■ **TO DO**:
A verbatim copy of the entries is the required answer.

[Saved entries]
□ □ □
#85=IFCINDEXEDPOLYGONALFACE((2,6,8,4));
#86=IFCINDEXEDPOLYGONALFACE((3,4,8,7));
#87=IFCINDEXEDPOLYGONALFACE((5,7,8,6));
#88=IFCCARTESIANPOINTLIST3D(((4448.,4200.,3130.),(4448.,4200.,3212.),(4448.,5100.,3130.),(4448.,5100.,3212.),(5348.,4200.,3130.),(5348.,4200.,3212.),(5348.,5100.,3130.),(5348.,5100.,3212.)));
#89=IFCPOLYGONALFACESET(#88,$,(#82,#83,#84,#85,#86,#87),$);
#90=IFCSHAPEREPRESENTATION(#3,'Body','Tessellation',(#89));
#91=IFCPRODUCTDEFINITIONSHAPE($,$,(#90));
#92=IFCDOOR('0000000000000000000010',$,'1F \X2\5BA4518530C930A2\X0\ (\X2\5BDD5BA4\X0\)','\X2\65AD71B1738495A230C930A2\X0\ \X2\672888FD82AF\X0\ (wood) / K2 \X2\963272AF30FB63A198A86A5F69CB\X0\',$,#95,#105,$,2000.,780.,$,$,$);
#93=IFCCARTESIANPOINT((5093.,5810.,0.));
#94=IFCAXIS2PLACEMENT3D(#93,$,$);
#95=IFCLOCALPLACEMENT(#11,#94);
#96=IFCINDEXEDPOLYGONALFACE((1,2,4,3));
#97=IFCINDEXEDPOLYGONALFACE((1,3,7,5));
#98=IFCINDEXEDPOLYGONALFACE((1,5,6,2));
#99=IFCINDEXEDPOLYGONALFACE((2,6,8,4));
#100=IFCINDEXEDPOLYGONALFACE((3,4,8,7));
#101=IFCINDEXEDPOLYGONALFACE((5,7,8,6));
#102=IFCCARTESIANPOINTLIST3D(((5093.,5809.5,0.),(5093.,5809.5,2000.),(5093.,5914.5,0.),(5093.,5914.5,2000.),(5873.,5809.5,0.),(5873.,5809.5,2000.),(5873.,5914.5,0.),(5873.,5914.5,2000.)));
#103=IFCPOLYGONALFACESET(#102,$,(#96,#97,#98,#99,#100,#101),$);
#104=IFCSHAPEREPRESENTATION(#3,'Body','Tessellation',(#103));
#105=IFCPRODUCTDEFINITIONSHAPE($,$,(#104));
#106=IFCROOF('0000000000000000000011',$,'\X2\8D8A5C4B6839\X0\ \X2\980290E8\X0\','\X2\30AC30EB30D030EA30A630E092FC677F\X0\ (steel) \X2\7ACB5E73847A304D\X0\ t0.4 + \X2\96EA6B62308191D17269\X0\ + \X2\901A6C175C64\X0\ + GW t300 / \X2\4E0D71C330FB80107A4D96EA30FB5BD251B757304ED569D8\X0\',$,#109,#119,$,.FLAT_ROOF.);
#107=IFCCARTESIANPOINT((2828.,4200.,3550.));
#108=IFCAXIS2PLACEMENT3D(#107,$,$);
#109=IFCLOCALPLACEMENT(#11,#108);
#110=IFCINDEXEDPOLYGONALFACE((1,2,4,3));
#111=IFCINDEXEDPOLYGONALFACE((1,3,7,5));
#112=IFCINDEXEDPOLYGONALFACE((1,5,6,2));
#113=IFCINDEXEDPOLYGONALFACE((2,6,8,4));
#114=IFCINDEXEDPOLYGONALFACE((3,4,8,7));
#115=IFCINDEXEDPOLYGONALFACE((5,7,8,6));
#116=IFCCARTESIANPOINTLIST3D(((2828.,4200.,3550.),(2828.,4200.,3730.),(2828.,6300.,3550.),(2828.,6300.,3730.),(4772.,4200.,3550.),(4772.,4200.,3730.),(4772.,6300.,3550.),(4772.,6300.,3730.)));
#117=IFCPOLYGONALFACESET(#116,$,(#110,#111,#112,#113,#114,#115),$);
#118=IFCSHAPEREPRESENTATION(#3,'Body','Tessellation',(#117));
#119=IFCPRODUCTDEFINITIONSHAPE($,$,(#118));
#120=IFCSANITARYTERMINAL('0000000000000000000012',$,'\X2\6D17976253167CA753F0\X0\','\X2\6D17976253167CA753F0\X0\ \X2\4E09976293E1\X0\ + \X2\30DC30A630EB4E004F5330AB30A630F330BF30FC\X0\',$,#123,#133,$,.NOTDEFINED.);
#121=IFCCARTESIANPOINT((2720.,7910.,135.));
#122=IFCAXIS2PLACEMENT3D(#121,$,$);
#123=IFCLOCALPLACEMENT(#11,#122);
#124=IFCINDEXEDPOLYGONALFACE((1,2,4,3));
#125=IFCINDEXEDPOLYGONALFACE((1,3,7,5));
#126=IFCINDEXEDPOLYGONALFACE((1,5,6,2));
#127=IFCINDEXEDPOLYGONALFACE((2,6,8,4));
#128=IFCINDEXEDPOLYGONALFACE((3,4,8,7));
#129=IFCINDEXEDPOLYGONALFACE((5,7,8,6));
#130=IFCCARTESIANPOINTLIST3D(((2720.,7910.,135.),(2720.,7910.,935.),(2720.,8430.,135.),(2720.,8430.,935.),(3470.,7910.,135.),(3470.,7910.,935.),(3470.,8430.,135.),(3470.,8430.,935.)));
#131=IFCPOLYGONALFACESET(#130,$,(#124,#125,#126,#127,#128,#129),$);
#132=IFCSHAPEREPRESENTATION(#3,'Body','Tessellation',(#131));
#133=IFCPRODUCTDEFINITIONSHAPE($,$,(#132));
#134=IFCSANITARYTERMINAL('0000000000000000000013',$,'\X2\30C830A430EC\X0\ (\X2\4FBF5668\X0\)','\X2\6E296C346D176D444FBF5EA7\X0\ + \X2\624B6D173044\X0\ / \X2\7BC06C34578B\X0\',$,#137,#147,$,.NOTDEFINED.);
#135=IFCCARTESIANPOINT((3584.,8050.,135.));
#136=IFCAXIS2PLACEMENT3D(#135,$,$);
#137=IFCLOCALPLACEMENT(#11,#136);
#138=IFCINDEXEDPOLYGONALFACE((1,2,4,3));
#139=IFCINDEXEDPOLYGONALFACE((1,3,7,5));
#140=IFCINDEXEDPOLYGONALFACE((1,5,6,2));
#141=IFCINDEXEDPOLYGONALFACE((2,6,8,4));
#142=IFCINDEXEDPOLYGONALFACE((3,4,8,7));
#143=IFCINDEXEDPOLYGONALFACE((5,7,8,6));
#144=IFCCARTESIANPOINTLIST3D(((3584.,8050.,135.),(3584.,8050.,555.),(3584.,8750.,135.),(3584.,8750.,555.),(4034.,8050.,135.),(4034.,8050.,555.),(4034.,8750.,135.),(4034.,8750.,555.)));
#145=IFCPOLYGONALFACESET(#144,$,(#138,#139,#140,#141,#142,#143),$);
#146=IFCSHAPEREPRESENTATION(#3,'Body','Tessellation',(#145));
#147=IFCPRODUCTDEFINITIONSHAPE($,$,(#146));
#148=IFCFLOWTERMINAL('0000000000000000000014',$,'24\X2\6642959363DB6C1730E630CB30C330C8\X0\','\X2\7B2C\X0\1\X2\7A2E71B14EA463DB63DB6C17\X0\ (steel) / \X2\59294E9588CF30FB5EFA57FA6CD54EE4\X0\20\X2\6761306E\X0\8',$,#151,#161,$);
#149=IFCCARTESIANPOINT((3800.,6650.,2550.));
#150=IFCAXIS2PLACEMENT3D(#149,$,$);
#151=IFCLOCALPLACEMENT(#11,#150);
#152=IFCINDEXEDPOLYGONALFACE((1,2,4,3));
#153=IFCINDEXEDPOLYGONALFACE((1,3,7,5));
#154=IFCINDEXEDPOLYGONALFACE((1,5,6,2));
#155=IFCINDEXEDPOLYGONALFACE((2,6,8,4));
□ □ □
■ **SOLUTION**:
#85=IFCINDEXEDPOLYGONALFACE((2,6,8,4));
#86=IFCINDEXEDPOLYGONALFACE((3,4,8,7));
#87=IFCINDEXEDPOLYGONALFACE((5,7,8,6));
#88=IFCCARTESIANPOINTLIST3D(((4448.,4200.,3130.),(4448.,4200.,3212.),(4448.,5100.,3130.),(4448.,5100.,3212.),(5348.,4200.,3130.),(5348.,4200.,3212.),(5348.,5100.,3130.),(5348.,5100.,3212.)));
#89=IFCPOLYGONALFACESET(#88,$,(#82,#83,#84,#85,#86,#87),$);
#90=IFCSHAPEREPRESENTATION(#3,'Body','Tessellation',(#89));
#91=IFCPRODUCTDEFINITIONSHAPE($,$,(#90));
#92=IFCDOOR('0000000000000000000010',$,'1F \X2\5BA4518530C930A2\X0\ (\X2\5BDD5BA4\X0\)','\X2\65AD71B1738495A230C930A2\X0\ \X2\672888FD82AF\X0\ (wood) / K2 \X2\963272AF30FB63A198A86A5F69CB\X0\',$,#95,#105,$,2000.,780.,$,$,$);
#93=IFCCARTESIANPOINT((5093.,5810.,0.));
#94=IFCAXIS2PLACEMENT3D(#93,$,$);
#95=IFCLOCALPLACEMENT(#11,#94);
#96=IFCINDEXEDPOLYGONALFACE((1,2,4,3));
#97=IFCINDEXEDPOLYGONALFACE((1,3,7,5));
#98=IFCINDEXEDPOLYGONALFACE((1,5,6,2));
#99=IFCINDEXEDPOLYGONALFACE((2,6,8,4));
#100=IFCINDEXEDPOLYGONALFACE((3,4,8,7));
#101=IFCINDEXEDPOLYGONALFACE((5,7,8,6));
#102=IFCCARTESIANPOINTLIST3D(((5093.,5809.5,0.),(5093.,5809.5,2000.),(5093.,5914.5,0.),(5093.,5914.5,2000.),(5873.,5809.5,0.),(5873.,5809.5,2000.),(5873.,5914.5,0.),(5873.,5914.5,2000.)));
#103=IFCPOLYGONALFACESET(#102,$,(#96,#97,#98,#99,#100,#101),$);
#104=IFCSHAPEREPRESENTATION(#3,'Body','Tessellation',(#103));
#105=IFCPRODUCTDEFINITIONSHAPE($,$,(#104));
#106=IFCROOF('0000000000000000000011',$,'\X2\8D8A5C4B6839\X0\ \X2\980290E8\X0\','\X2\30AC30EB30D030EA30A630E092FC677F\X0\ (steel) \X2\7ACB5E73847A304D\X0\ t0.4 + \X2\96EA6B62308191D17269\X0\ + \X2\901A6C175C64\X0\ + GW t300 / \X2\4E0D71C330FB80107A4D96EA30FB5BD251B757304ED569D8\X0\',$,#109,#119,$,.FLAT_ROOF.);
#107=IFCCARTESIANPOINT((2828.,4200.,3550.));
#108=IFCAXIS2PLACEMENT3D(#107,$,$);
#109=IFCLOCALPLACEMENT(#11,#108);
#110=IFCINDEXEDPOLYGONALFACE((1,2,4,3));
#111=IFCINDEXEDPOLYGONALFACE((1,3,7,5));
#112=IFCINDEXEDPOLYGONALFACE((1,5,6,2));
#113=IFCINDEXEDPOLYGONALFACE((2,6,8,4));
#114=IFCINDEXEDPOLYGONALFACE((3,4,8,7));
#115=IFCINDEXEDPOLYGONALFACE((5,7,8,6));
#116=IFCCARTESIANPOINTLIST3D(((2828.,4200.,3550.),(2828.,4200.,3730.),(2828.,6300.,3550.),(2828.,6300.,3730.),(4772.,4200.,3550.),(4772.,4200.,3730.),(4772.,6300.,3550.),(4772.,6300.,3730.)));
#117=IFCPOLYGONALFACESET(#116,$,(#110,#111,#112,#113,#114,#115),$);
#118=IFCSHAPEREPRESENTATION(#3,'Body','Tessellation',(#117));
#119=IFCPRODUCTDEFINITIONSHAPE($,$,(#118));
#120=IFCSANITARYTERMINAL('0000000000000000000012',$,'\X2\6D17976253167CA753F0\X0\','\X2\6D17976253167CA753F0\X0\ \X2\4E09976293E1\X0\ + \X2\30DC30A630EB4E004F5330AB30A630F330BF30FC\X0\',$,#123,#133,$,.NOTDEFINED.);
#121=IFCCARTESIANPOINT((2720.,7910.,135.));
#122=IFCAXIS2PLACEMENT3D(#121,$,$);
#123=IFCLOCALPLACEMENT(#11,#122);
#124=IFCINDEXEDPOLYGONALFACE((1,2,4,3));
#125=IFCINDEXEDPOLYGONALFACE((1,3,7,5));
#126=IFCINDEXEDPOLYGONALFACE((1,5,6,2));
#127=IFCINDEXEDPOLYGONALFACE((2,6,8,4));
#128=IFCINDEXEDPOLYGONALFACE((3,4,8,7));
#129=IFCINDEXEDPOLYGONALFACE((5,7,8,6));
#130=IFCCARTESIANPOINTLIST3D(((2720.,7910.,135.),(2720.,7910.,935.),(2720.,8430.,135.),(2720.,8430.,935.),(3470.,7910.,135.),(3470.,7910.,935.),(3470.,8430.,135.),(3470.,8430.,935.)));
#131=IFCPOLYGONALFACESET(#130,$,(#124,#125,#126,#127,#128,#129),$);
#132=IFCSHAPEREPRESENTATION(#3,'Body','Tessellation',(#131));
#133=IFCPRODUCTDEFINITIONSHAPE($,$,(#132));
#134=IFCSANITARYTERMINAL('0000000000000000000013',$,'\X2\30C830A430EC\X0\ (\X2\4FBF5668\X0\)','\X2\6E296C346D176D444FBF5EA7\X0\ + \X2\624B6D173044\X0\ / \X2\7BC06C34578B\X0\',$,#137,#147,$,.NOTDEFINED.);
#135=IFCCARTESIANPOINT((3584.,8050.,135.));
#136=IFCAXIS2PLACEMENT3D(#135,$,$);
#137=IFCLOCALPLACEMENT(#11,#136);
#138=IFCINDEXEDPOLYGONALFACE((1,2,4,3));
#139=IFCINDEXEDPOLYGONALFACE((1,3,7,5));
#140=IFCINDEXEDPOLYGONALFACE((1,5,6,2));
#141=IFCINDEXEDPOLYGONALFACE((2,6,8,4));
#142=IFCINDEXEDPOLYGONALFACE((3,4,8,7));
#143=IFCINDEXEDPOLYGONALFACE((5,7,8,6));
#144=IFCCARTESIANPOINTLIST3D(((3584.,8050.,135.),(3584.,8050.,555.),(3584.,8750.,135.),(3584.,8750.,555.),(4034.,8050.,135.),(4034.,8050.,555.),(4034.,8750.,135.),(4034.,8750.,555.)));
#145=IFCPOLYGONALFACESET(#144,$,(#138,#139,#140,#141,#142,#143),$);
#146=IFCSHAPEREPRESENTATION(#3,'Body','Tessellation',(#145));
#147=IFCPRODUCTDEFINITIONSHAPE($,$,(#146));
#148=IFCFLOWTERMINAL('0000000000000000000014',$,'24\X2\6642959363DB6C1730E630CB30C330C8\X0\','\X2\7B2C\X0\1\X2\7A2E71B14EA463DB63DB6C17\X0\ (steel) / \X2\59294E9588CF30FB5EFA57FA6CD54EE4\X0\20\X2\6761306E\X0\8',$,#151,#161,$);
#149=IFCCARTESIANPOINT((3800.,6650.,2550.));
#150=IFCAXIS2PLACEMENT3D(#149,$,$);
#151=IFCLOCALPLACEMENT(#11,#150);
#152=IFCINDEXEDPOLYGONALFACE((1,2,4,3));
#153=IFCINDEXEDPOLYGONALFACE((1,3,7,5));
#154=IFCINDEXEDPOLYGONALFACE((1,5,6,2));
#155=IFCINDEXEDPOLYGONALFACE((2,6,8,4));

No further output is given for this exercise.